PROBLEM TO WORK ON:
Output each entry exactly; skip nothing.

··········

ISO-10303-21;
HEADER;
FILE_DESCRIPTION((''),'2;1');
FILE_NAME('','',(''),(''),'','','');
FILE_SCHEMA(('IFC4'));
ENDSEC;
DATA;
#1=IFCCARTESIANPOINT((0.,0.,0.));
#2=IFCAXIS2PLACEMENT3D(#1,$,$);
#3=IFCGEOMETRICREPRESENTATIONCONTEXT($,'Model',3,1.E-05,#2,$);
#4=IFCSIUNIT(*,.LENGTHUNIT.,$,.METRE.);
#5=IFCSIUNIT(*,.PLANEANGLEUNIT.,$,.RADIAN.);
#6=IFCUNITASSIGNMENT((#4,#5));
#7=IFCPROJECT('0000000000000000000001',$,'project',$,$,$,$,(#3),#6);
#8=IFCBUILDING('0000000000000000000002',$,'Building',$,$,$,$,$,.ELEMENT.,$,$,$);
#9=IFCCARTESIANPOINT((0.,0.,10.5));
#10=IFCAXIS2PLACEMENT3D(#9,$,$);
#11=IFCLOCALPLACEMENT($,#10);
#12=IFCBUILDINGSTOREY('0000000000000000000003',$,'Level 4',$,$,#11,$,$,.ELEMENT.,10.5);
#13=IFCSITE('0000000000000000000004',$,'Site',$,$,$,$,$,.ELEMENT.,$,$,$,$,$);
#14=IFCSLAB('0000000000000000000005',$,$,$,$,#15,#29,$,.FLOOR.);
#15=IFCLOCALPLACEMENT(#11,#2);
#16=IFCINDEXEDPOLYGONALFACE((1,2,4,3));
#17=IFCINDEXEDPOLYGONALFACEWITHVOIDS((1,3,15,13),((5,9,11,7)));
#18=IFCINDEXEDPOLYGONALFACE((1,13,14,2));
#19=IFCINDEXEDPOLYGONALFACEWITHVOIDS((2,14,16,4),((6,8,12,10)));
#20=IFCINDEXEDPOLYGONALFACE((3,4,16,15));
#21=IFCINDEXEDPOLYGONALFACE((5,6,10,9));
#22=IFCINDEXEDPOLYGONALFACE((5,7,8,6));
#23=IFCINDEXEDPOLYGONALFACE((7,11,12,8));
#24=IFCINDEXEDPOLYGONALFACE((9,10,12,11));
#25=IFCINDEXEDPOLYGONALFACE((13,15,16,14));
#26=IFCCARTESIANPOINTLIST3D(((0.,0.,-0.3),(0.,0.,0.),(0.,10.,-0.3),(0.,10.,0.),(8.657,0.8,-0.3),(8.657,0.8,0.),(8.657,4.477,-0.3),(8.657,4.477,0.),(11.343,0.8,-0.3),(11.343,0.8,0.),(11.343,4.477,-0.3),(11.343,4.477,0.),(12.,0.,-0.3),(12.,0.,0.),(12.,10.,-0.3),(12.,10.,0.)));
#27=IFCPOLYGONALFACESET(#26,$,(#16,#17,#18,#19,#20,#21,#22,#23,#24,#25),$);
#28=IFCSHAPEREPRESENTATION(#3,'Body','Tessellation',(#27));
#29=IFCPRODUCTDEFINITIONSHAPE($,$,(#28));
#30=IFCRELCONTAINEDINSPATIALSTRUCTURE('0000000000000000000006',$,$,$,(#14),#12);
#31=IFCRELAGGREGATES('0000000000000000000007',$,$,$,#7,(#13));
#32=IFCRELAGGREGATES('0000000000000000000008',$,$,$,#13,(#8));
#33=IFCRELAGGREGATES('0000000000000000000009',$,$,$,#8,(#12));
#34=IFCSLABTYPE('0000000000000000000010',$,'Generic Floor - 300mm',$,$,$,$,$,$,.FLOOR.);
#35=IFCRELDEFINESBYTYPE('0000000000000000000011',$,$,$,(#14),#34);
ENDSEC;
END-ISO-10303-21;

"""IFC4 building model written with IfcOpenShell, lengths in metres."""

from ifc_helpers import new_model, si_unit, frame, origin, place, context, project, spatial, polyline, outline, extrude, type_object, element, save


model = new_model("IFC4")

# Units and contexts
model_context = context("Model", 3, precision=1e-05, world=origin())
ifc_project = project(units=[si_unit("LENGTHUNIT", "METRE"), si_unit("PLANEANGLEUNIT", "RADIAN")], contexts=[model_context])

# Site, building, storey
site = spatial("IfcSite", under=ifc_project, Name="Site", CompositionType="ELEMENT")
building = spatial("IfcBuilding", under=site, Name="Building", CompositionType="ELEMENT")
storey_placement = place(None, frame((0.0, 0.0, 10.5)))
storey = spatial("IfcBuildingStorey", under=building, at=storey_placement, Name="Level 4", CompositionType="ELEMENT", Elevation=10.5)

# Slab, opening
slab_type = type_object("IfcSlabType", Name="Generic Floor - 300mm", PredefinedType="FLOOR")
slab_placement = place(None, frame((0.0, 0.0, 10.5)))
slab = element("IfcSlab", 1, at=slab_placement, inside=storey, type_object=slab_type, PredefinedType="FLOOR", context=model_context, shape_type="SweptSolid", body=[
    extrude(outline(polyline([(0.0, 0.0), (12.0, 0.0), (12.0, 10.0), (0.0, 10.0), (0.0, 0.0)])), origin(), (0.0, 0.0, -1.0), 0.3),
])
opening_placement = place(None, frame((0.0, 0.0, 10.501)))
element("IfcOpeningElement", 2, at=opening_placement, cuts=slab, PredefinedType="OPENING", context=model_context, shape_type="SweptSolid", body=[
    extrude(outline(polyline([(8.657, 0.8), (11.343, 0.8), (11.343, 4.477), (8.657, 4.477), (8.657, 0.8)])), origin(), (0.0, 0.0, -1.0), 0.302),
])

save(model, "model.ifc")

··········

YOUR RESPONSE:
ISO-10303-21;
HEADER;
FILE_DESCRIPTION((''),'2;1');
FILE_NAME('','',(''),(''),'','','');
FILE_SCHEMA(('IFC4'));
ENDSEC;
DATA;
#1=IFCCARTESIANPOINT((0.,0.,0.));
#2=IFCAXIS2PLACEMENT3D(#1,$,$);
#3=IFCGEOMETRICREPRESENTATIONCONTEXT($,'Model',3,1.E-05,#2,$);
#4=IFCSIUNIT(*,.LENGTHUNIT.,$,.METRE.);
#5=IFCSIUNIT(*,.PLANEANGLEUNIT.,$,.RADIAN.);
#6=IFCUNITASSIGNMENT((#4,#5));
#7=IFCPROJECT('0000000000000000000001',$,'project',$,$,$,$,(#3),#6);
#8=IFCBUILDING('0000000000000000000002',$,'Building',$,$,$,$,$,.ELEMENT.,$,$,$);
#9=IFCCARTESIANPOINT((0.,0.,10.5));
#10=IFCAXIS2PLACEMENT3D(#9,$,$);
#11=IFCLOCALPLACEMENT($,#10);
#12=IFCBUILDINGSTOREY('0000000000000000000003',$,'Level 4',$,$,#11,$,$,.ELEMENT.,10.5);
#13=IFCSITE('0000000000000000000004',$,'Site',$,$,$,$,$,.ELEMENT.,$,$,$,$,$);
#14=IFCSLAB('0000000000000000000005',$,$,$,$,#15,#29,$,.FLOOR.);
#15=IFCLOCALPLACEMENT(#11,#2);
#16=IFCINDEXEDPOLYGONALFACE((1,2,4,3));
#17=IFCINDEXEDPOLYGONALFACEWITHVOIDS((1,3,15,13),((5,9,11,7)));
#18=IFCINDEXEDPOLYGONALFACE((1,13,14,2));
#19=IFCINDEXEDPOLYGONALFACEWITHVOIDS((2,14,16,4),((6,8,12,10)));
#20=IFCINDEXEDPOLYGONALFACE((3,4,16,15));
#21=IFCINDEXEDPOLYGONALFACE((5,6,10,9));
#22=IFCINDEXEDPOLYGONALFACE((5,7,8,6));
#23=IFCINDEXEDPOLYGONALFACE((7,11,12,8));
#24=IFCINDEXEDPOLYGONALFACE((9,10,12,11));
#25=IFCINDEXEDPOLYGONALFACE((13,15,16,14));
#26=IFCCARTESIANPOINTLIST3D(((0.,0.,-0.3),(0.,0.,0.),(0.,10.,-0.3),(0.,10.,0.),(8.657,0.8,-0.3),(8.657,0.8,0.),(8.657,4.477,-0.3),(8.657,4.477,0.),(11.343,0.8,-0.3),(11.343,0.8,0.),(11.343,4.477,-0.3),(11.343,4.477,0.),(12.,0.,-0.3),(12.,0.,0.),(12.,10.,-0.3),(12.,10.,0.)));
#27=IFCPOLYGONALFACESET(#26,$,(#16,#17,#18,#19,#20,#21,#22,#23,#24,#25),$);
#28=IFCSHAPEREPRESENTATION(#3,'Body','Tessellation',(#27));
#29=IFCPRODUCTDEFINITIONSHAPE($,$,(#28));
#30=IFCRELCONTAINEDINSPATIALSTRUCTURE('0000000000000000000006',$,$,$,(#14),#12);
#31=IFCRELAGGREGATES('0000000000000000000007',$,$,$,#7,(#13));
#32=IFCRELAGGREGATES('0000000000000000000008',$,$,$,#13,(#8));
#33=IFCRELAGGREGATES('0000000000000000000009',$,$,$,#8,(#12));
#34=IFCSLABTYPE('0000000000000000000010',$,'Generic Floor - 300mm',$,$,$,$,$,$,.FLOOR.);
#35=IFCRELDEFINESBYTYPE('0000000000000000000011',$,$,$,(#14),#34);
ENDSEC;
END-ISO-10303-21;

"""IFC4 building model written with IfcOpenShell, lengths in metres."""

from ifc_helpers import new_model, si_unit, frame, origin, place, context, project, spatial, polyline, outline, extrude, type_object, element, save


model = new_model("IFC4")

# Units and contexts
model_context = context("Model", 3, precision=1e-05, world=origin())
ifc_project = project(units=[si_unit("LENGTHUNIT", "METRE"), si_unit("PLANEANGLEUNIT", "RADIAN")], contexts=[model_context])

# Site, building, storey
site = spatial("IfcSite", under=ifc_project, Name="Site", CompositionType="ELEMENT")
building = spatial("IfcBuilding", under=site, Name="Building", CompositionType="ELEMENT")
storey_placement = place(None, frame((0.0, 0.0, 10.5)))
storey = spatial("IfcBuildingStorey", under=building, at=storey_placement, Name="Level 4", CompositionType="ELEMENT", Elevation=10.5)

# Slab, opening
slab_type = type_object("IfcSlabType", Name="Generic Floor - 300mm", PredefinedType="FLOOR")
slab_placement = place(None, frame((0.0, 0.0, 10.5)))
slab = element("IfcSlab", 1, at=slab_placement, inside=storey, type_object=slab_type, PredefinedType="FLOOR", context=model_context, shape_type="SweptSolid", body=[
    extrude(outline(polyline([(0.0, 0.0), (12.0, 0.0), (12.0, 10.0), (0.0, 10.0), (0.0, 0.0)])), origin(), (0.0, 0.0, -1.0), 0.3),
])
opening_placement = place(None, frame((0.0, 0.0, 10.501)))
element("IfcOpeningElement", 2, at=opening_placement, cuts=slab, PredefinedType="OPENING", context=model_context, shape_type="SweptSolid", body=[
    extrude(outline(polyline([(8.657, 0.8), (11.343, 0.8), (11.343, 4.477), (8.657, 4.477), (8.657, 0.8)])), origin(), (0.0, 0.0, -1.0), 0.302),
])

save(model, "model.ifc")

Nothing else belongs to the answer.